▸ Entries provided

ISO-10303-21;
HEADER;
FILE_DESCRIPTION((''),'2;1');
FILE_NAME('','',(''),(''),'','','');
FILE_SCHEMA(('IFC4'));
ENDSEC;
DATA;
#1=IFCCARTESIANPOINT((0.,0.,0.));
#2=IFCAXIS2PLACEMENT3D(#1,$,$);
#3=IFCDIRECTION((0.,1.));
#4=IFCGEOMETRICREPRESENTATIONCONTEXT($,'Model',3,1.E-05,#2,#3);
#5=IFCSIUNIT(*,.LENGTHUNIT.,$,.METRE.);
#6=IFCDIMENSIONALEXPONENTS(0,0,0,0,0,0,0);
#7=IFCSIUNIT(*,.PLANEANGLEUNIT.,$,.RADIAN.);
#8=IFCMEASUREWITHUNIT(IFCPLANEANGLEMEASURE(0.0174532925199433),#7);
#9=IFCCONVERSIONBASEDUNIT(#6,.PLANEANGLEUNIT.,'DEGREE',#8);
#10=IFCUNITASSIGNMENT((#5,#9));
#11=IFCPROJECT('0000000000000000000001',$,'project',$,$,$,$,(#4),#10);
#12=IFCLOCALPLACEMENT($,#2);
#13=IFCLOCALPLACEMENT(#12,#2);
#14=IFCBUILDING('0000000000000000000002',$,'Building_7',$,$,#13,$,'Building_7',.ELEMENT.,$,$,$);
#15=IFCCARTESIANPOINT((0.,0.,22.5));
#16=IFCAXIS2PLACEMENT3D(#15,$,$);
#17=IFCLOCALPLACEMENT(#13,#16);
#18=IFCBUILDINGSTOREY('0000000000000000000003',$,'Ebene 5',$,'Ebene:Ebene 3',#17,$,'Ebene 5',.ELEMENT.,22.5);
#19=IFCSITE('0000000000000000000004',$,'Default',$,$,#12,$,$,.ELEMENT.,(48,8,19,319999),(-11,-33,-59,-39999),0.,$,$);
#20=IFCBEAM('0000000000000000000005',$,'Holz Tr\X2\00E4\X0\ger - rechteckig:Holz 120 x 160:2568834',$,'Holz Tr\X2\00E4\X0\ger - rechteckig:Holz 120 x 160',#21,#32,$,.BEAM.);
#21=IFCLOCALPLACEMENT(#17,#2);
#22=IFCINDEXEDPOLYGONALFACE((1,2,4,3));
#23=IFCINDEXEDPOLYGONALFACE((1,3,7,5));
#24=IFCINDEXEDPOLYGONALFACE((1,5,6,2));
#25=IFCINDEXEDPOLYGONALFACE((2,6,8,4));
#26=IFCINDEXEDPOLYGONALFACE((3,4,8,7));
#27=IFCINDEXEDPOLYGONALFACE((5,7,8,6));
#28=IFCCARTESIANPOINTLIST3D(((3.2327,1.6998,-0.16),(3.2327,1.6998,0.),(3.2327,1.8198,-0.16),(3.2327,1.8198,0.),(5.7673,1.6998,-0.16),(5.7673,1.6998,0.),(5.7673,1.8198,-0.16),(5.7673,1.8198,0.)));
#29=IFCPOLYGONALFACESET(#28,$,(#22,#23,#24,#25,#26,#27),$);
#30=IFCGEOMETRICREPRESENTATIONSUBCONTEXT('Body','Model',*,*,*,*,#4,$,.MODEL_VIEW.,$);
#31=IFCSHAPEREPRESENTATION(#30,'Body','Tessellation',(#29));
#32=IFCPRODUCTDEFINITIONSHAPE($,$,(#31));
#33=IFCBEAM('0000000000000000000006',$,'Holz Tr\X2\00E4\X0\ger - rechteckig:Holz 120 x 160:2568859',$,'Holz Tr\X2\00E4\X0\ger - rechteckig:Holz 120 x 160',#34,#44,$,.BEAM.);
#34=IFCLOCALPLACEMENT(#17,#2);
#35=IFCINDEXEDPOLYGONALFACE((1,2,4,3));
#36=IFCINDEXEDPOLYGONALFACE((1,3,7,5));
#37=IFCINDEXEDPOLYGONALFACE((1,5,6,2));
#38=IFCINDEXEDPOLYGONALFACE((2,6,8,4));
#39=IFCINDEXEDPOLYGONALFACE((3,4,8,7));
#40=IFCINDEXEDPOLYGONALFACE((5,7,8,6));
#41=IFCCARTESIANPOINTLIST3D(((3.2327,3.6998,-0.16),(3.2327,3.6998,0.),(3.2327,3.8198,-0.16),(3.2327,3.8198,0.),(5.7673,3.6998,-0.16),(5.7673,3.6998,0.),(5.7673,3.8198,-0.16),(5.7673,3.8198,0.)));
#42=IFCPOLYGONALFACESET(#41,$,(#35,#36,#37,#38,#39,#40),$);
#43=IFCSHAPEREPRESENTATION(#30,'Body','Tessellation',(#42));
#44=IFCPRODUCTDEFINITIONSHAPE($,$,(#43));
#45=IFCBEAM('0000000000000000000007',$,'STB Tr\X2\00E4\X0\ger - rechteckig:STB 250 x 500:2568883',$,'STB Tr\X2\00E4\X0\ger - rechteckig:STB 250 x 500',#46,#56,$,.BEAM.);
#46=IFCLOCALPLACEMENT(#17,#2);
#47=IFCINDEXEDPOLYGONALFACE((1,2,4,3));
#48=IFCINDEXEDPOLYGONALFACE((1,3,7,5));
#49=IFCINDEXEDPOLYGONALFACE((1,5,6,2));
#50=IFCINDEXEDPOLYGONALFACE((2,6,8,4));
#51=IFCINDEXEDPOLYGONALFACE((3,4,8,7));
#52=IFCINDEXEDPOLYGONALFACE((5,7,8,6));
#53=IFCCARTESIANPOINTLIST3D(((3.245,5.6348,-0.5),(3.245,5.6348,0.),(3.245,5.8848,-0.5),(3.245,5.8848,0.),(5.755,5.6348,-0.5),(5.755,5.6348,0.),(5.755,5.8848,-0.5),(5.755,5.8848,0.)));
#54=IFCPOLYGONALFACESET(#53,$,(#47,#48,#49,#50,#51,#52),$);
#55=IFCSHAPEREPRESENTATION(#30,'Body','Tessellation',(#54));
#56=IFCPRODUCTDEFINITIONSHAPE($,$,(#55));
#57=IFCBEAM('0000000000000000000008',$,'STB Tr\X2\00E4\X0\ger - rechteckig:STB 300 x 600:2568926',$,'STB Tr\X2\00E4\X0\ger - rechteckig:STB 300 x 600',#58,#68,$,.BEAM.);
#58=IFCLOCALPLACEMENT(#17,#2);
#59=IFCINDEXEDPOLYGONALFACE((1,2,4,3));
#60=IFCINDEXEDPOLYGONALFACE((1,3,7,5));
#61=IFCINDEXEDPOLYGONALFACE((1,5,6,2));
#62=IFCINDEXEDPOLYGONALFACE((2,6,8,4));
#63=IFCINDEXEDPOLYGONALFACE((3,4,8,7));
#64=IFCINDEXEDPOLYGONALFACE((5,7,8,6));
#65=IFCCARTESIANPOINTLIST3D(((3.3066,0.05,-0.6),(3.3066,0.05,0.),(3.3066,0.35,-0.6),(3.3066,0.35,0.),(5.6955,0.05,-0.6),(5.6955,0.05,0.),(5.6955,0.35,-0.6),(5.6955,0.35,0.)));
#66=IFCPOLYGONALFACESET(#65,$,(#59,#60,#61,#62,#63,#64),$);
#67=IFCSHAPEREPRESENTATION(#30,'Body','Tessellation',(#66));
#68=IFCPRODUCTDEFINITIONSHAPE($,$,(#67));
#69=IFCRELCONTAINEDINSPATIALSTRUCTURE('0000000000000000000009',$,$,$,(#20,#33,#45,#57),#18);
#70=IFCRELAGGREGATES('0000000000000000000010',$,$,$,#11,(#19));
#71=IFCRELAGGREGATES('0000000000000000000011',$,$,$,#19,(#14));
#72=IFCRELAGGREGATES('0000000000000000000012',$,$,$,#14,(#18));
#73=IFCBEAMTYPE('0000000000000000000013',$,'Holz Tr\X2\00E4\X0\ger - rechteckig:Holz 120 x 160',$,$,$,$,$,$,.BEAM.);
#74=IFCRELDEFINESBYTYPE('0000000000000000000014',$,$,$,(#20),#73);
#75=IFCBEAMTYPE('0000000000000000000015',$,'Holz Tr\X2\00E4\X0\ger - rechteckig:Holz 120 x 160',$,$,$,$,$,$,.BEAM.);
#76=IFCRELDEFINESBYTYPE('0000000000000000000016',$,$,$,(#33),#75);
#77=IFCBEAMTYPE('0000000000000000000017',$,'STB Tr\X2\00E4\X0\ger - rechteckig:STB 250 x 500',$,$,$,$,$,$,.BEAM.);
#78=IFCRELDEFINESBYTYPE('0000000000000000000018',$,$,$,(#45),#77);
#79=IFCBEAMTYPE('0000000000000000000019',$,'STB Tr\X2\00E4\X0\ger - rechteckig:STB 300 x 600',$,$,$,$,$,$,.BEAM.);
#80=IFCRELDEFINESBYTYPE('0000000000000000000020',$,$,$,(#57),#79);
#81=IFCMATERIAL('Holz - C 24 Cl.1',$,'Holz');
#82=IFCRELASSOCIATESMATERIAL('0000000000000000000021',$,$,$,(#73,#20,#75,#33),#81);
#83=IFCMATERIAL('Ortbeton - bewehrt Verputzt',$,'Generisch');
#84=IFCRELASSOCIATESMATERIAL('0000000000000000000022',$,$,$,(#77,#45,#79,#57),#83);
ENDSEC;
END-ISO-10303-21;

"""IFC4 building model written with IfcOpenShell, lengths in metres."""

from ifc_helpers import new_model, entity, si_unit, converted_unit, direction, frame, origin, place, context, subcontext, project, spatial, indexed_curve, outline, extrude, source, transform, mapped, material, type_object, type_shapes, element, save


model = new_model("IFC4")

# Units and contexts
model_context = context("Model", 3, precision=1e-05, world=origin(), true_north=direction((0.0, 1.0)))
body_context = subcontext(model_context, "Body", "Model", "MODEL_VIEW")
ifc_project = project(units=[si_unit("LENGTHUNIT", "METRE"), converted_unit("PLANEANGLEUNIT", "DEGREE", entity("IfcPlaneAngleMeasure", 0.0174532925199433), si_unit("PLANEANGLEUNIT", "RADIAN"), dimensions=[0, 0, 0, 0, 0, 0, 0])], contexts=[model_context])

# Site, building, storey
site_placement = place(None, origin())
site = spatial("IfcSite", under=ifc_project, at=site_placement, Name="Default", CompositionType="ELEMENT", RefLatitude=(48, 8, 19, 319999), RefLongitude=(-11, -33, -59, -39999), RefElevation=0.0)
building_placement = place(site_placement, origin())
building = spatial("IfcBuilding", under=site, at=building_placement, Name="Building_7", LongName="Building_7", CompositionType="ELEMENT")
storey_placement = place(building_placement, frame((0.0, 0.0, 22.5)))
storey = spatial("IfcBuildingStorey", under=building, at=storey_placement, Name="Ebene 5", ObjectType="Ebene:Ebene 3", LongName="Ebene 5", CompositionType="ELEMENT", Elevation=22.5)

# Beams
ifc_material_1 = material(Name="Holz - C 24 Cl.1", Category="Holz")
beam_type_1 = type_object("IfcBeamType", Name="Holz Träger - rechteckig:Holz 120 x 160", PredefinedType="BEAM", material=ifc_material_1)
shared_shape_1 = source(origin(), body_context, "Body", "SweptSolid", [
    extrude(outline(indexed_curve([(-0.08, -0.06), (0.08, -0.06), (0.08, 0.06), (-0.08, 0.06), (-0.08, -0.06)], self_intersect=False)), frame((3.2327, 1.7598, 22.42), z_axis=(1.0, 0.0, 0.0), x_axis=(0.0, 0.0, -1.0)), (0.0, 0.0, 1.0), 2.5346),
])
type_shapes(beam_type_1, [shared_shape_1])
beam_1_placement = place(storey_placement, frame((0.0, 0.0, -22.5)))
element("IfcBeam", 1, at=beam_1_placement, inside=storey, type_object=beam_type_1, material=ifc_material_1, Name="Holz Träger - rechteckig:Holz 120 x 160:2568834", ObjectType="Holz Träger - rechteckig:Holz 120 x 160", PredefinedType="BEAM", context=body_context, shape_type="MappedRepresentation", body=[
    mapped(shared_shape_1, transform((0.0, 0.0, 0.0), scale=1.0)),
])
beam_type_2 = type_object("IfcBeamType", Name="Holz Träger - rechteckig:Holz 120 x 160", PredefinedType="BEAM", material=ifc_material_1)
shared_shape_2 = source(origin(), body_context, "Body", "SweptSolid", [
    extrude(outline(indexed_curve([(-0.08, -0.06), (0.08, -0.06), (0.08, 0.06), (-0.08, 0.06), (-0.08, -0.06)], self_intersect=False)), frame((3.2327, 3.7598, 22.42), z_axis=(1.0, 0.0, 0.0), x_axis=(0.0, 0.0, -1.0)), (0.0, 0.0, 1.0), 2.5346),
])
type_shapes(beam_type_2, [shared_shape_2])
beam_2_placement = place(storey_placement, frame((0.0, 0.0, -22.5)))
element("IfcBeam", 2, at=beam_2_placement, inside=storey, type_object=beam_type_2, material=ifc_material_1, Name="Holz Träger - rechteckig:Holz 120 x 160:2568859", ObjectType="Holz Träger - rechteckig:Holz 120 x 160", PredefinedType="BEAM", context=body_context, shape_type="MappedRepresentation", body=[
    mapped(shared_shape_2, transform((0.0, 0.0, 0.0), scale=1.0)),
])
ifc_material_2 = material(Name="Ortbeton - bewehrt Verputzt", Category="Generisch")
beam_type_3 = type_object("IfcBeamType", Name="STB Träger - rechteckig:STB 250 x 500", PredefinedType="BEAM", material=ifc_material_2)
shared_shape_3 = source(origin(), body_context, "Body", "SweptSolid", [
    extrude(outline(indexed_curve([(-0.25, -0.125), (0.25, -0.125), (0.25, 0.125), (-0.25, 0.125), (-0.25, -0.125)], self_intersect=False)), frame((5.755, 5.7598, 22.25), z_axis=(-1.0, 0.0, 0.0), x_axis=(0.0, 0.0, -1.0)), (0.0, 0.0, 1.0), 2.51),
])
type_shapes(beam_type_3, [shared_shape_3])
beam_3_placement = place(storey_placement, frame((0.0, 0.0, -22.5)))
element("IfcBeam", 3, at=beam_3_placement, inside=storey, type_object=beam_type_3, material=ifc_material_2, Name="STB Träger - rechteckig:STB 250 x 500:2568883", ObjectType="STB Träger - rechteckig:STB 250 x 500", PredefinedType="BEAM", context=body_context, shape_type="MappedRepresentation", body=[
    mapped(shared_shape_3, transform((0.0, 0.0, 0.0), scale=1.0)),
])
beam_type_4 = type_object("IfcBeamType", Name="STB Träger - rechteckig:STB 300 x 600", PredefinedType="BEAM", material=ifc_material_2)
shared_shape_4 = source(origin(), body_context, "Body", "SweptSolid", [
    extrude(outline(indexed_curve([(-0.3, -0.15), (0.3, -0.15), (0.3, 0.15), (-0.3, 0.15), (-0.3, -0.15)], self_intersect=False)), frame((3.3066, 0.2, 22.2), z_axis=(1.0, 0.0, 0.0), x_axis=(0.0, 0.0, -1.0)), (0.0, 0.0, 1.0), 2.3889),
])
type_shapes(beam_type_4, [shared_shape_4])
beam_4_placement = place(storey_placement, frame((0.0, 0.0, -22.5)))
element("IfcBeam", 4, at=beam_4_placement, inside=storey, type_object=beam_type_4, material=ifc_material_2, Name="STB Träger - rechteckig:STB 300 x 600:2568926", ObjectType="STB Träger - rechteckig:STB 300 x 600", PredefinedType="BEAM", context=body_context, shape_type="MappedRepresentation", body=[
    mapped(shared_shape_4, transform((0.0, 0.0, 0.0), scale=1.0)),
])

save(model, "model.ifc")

▸ Exercise brief
Scan the data above for the word "Tessellation". Copy every line in which it is found.

▸ Written answer
#31=IFCSHAPEREPRESENTATION(#30,'Body','Tessellation',(#29));
#43=IFCSHAPEREPRESENTATION(#30,'Body','Tessellation',(#42));
#55=IFCSHAPEREPRESENTATION(#30,'Body','Tessellation',(#54));
#67=IFCSHAPEREPRESENTATION(#30,'Body','Tessellation',(#66));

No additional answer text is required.